> Your task: Transcribe the listing below only from the line with "#18=IFCINDEXEDPOLYGONALFACE((1,2,4,3));" up to and including the line with "#23=IFCINDEXEDPOLYGONALFACE((5,7,8,6));".

> Exercise inputs:

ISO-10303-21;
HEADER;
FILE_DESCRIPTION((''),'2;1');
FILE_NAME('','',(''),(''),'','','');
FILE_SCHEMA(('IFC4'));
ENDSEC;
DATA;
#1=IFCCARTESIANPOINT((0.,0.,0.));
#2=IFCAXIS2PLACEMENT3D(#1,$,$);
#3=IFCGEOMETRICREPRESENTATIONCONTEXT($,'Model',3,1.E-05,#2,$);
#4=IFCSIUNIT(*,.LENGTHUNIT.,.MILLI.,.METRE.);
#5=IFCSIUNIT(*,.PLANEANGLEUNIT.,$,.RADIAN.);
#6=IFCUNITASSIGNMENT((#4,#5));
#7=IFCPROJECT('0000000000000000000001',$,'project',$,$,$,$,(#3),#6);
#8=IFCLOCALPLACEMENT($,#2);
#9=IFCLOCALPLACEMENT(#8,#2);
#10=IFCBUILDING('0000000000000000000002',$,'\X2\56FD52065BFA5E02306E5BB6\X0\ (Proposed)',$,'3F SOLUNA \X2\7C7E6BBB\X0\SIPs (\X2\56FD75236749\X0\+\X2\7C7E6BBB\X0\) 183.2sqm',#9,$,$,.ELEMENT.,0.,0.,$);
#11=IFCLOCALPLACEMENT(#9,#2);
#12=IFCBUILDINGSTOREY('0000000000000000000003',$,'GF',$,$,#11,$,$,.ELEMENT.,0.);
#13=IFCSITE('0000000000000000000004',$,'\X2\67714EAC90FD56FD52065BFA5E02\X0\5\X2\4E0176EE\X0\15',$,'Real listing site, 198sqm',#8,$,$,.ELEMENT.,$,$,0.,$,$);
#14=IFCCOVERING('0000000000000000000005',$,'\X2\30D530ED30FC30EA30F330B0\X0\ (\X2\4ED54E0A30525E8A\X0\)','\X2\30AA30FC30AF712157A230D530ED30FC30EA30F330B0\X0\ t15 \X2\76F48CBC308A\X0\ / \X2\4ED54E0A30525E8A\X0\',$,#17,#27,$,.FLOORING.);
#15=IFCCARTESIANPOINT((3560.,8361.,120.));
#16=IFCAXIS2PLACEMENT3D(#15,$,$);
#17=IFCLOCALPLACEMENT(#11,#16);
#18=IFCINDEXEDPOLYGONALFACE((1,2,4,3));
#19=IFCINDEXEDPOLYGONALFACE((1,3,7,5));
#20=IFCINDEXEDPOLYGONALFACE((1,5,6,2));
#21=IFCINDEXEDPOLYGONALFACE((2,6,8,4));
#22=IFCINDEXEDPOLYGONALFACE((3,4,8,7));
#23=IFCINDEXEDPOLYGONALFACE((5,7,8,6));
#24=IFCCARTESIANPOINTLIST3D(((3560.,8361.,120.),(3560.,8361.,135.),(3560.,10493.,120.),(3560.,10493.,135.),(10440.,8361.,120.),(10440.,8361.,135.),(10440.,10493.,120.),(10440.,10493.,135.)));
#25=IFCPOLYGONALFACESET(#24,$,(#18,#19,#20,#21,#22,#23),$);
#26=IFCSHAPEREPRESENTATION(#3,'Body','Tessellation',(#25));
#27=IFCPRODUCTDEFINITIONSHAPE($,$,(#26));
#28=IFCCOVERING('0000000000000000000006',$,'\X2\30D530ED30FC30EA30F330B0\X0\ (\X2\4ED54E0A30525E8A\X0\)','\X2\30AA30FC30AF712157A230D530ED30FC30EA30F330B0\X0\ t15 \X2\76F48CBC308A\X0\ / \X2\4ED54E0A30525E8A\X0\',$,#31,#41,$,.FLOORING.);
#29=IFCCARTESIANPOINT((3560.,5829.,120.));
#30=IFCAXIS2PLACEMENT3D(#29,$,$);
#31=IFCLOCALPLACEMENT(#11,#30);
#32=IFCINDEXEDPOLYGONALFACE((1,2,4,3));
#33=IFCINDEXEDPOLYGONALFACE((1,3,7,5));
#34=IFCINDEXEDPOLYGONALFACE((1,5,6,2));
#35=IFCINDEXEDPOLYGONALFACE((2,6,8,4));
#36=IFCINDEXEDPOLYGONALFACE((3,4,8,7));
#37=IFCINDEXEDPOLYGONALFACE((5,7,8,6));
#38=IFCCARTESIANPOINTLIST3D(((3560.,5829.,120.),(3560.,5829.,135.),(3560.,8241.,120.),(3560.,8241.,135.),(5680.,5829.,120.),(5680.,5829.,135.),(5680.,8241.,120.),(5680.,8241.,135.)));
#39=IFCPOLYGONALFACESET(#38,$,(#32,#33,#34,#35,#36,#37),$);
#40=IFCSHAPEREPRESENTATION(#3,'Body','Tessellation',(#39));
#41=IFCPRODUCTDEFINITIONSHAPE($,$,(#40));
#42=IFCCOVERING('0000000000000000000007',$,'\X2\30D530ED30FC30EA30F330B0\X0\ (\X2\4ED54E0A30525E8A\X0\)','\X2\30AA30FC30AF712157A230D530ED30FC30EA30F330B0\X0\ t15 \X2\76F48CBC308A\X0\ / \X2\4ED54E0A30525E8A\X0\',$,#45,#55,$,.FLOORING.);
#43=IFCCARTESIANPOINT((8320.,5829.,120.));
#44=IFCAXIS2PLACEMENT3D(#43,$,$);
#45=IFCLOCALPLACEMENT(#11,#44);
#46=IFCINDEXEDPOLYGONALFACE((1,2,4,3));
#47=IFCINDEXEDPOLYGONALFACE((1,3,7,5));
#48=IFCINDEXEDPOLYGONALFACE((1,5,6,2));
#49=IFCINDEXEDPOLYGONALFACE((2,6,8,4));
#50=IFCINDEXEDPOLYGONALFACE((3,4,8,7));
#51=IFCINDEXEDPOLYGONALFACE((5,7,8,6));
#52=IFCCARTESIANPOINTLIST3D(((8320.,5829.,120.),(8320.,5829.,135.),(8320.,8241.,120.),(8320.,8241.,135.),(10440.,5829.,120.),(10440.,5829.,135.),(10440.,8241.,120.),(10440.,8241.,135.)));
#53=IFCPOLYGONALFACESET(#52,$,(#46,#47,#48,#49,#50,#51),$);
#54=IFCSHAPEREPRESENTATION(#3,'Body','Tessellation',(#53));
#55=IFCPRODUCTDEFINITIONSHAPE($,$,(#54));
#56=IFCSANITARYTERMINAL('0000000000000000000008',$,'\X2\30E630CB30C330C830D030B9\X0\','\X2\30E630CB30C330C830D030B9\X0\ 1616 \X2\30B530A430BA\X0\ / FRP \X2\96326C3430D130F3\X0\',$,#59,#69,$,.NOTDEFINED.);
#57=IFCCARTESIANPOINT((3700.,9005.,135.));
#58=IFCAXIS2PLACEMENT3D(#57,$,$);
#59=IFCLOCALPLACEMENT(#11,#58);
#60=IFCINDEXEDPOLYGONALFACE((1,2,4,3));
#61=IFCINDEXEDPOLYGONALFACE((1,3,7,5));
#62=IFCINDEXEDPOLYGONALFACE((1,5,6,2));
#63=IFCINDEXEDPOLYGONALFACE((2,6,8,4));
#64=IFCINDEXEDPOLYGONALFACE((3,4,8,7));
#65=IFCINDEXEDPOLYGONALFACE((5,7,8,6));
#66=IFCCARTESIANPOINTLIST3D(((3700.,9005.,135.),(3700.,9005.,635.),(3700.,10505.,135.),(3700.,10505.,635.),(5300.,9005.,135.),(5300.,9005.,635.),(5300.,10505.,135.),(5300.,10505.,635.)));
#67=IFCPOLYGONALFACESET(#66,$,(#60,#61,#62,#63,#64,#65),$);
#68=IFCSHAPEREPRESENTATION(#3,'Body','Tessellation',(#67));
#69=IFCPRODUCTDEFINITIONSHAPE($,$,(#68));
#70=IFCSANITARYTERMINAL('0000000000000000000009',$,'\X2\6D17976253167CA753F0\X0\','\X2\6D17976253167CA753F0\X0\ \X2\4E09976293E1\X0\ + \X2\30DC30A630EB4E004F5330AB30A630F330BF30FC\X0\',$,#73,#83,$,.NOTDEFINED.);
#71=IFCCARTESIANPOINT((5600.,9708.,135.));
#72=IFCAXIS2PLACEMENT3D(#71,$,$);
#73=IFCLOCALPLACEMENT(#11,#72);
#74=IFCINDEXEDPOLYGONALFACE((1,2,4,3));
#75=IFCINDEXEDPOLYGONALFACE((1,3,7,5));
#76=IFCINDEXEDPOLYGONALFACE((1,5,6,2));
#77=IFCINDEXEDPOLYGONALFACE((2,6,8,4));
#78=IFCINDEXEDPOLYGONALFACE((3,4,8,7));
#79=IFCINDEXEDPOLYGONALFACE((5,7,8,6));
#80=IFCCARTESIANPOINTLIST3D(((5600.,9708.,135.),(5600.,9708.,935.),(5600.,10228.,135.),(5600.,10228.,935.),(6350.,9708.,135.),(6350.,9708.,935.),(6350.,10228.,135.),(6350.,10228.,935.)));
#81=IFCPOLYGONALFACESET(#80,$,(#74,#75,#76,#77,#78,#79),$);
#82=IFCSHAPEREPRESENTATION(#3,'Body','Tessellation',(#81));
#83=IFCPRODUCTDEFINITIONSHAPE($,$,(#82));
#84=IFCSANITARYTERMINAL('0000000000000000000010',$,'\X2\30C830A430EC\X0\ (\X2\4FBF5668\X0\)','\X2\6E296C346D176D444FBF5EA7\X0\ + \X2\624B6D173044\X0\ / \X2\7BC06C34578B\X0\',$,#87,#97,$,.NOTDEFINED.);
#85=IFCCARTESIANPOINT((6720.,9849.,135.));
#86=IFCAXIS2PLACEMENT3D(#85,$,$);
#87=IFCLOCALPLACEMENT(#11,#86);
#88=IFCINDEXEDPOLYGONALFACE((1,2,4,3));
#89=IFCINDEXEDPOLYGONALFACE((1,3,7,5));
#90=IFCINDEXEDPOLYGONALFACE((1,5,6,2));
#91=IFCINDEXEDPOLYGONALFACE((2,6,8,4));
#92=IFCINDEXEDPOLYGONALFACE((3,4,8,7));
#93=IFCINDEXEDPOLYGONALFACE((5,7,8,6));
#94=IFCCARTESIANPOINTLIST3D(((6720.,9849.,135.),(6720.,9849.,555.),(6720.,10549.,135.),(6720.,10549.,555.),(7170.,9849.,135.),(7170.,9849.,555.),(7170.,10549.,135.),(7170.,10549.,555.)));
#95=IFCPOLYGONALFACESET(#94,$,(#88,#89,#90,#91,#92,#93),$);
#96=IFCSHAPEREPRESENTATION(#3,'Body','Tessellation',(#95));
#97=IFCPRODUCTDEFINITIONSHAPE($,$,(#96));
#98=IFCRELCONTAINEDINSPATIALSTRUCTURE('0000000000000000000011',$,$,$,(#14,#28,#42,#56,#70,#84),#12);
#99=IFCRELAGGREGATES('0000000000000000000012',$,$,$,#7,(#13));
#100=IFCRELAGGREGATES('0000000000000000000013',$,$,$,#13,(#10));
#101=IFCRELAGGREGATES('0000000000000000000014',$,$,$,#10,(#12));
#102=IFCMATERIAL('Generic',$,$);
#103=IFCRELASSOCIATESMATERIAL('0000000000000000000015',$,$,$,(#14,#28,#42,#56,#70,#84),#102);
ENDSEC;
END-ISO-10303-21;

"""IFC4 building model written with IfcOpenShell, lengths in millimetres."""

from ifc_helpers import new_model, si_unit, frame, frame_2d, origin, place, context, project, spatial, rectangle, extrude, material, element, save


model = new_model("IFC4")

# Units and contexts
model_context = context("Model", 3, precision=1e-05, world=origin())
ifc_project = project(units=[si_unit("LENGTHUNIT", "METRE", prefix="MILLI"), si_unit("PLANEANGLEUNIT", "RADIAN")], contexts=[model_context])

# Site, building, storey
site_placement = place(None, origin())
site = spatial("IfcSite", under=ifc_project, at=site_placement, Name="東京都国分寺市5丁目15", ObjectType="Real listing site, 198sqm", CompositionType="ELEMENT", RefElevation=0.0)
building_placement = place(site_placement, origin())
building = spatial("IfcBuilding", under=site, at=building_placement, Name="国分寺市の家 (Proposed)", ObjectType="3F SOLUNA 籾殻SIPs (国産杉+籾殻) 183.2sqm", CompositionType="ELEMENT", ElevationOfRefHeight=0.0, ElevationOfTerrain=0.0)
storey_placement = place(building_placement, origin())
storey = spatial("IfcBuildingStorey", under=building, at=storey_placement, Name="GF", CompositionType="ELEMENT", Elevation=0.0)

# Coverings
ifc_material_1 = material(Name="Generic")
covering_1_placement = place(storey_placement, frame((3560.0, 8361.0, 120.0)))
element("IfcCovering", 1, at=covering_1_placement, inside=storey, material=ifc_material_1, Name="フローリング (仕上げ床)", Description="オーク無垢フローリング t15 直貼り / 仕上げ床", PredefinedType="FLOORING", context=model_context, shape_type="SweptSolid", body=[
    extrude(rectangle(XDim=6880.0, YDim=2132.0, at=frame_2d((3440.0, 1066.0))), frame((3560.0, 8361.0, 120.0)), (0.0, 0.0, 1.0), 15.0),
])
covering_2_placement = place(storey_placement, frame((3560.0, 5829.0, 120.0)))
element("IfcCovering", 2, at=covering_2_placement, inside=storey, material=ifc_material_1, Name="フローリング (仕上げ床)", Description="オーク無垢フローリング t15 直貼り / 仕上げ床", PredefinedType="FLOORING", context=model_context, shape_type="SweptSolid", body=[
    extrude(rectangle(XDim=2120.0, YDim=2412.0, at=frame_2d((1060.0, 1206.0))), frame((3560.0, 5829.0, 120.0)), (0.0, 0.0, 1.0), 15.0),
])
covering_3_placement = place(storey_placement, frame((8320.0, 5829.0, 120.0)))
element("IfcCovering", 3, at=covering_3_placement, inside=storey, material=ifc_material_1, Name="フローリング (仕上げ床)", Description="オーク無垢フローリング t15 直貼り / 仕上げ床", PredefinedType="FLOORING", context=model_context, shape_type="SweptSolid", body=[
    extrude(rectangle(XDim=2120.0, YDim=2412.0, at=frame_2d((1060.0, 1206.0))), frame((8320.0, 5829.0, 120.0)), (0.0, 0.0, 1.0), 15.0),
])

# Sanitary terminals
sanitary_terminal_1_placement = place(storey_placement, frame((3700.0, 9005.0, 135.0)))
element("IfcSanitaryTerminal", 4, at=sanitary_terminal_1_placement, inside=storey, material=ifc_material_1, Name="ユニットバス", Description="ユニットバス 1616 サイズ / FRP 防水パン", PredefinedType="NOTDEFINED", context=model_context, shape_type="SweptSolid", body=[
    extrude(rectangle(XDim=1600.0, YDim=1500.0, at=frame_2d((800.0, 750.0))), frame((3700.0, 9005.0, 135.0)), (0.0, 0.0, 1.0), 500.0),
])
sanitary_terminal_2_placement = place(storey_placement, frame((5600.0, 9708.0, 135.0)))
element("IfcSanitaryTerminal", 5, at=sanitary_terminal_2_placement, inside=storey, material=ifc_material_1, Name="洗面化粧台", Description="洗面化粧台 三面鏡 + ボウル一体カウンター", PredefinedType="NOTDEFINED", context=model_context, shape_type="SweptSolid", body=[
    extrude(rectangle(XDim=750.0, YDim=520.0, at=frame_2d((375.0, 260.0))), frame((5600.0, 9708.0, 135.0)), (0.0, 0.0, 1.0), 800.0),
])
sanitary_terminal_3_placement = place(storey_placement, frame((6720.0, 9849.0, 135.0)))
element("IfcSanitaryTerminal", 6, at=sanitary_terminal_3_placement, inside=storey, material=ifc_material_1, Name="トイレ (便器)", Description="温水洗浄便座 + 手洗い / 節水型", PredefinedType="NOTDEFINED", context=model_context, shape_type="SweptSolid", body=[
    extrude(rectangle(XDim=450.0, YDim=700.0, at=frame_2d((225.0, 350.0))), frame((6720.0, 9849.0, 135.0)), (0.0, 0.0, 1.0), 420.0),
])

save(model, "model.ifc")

> Result of the exercise:
#18=IFCINDEXEDPOLYGONALFACE((1,2,4,3));
#19=IFCINDEXEDPOLYGONALFACE((1,3,7,5));
#20=IFCINDEXEDPOLYGONALFACE((1,5,6,2));
#21=IFCINDEXEDPOLYGONALFACE((2,6,8,4));
#22=IFCINDEXEDPOLYGONALFACE((3,4,8,7));
#23=IFCINDEXEDPOLYGONALFACE((5,7,8,6));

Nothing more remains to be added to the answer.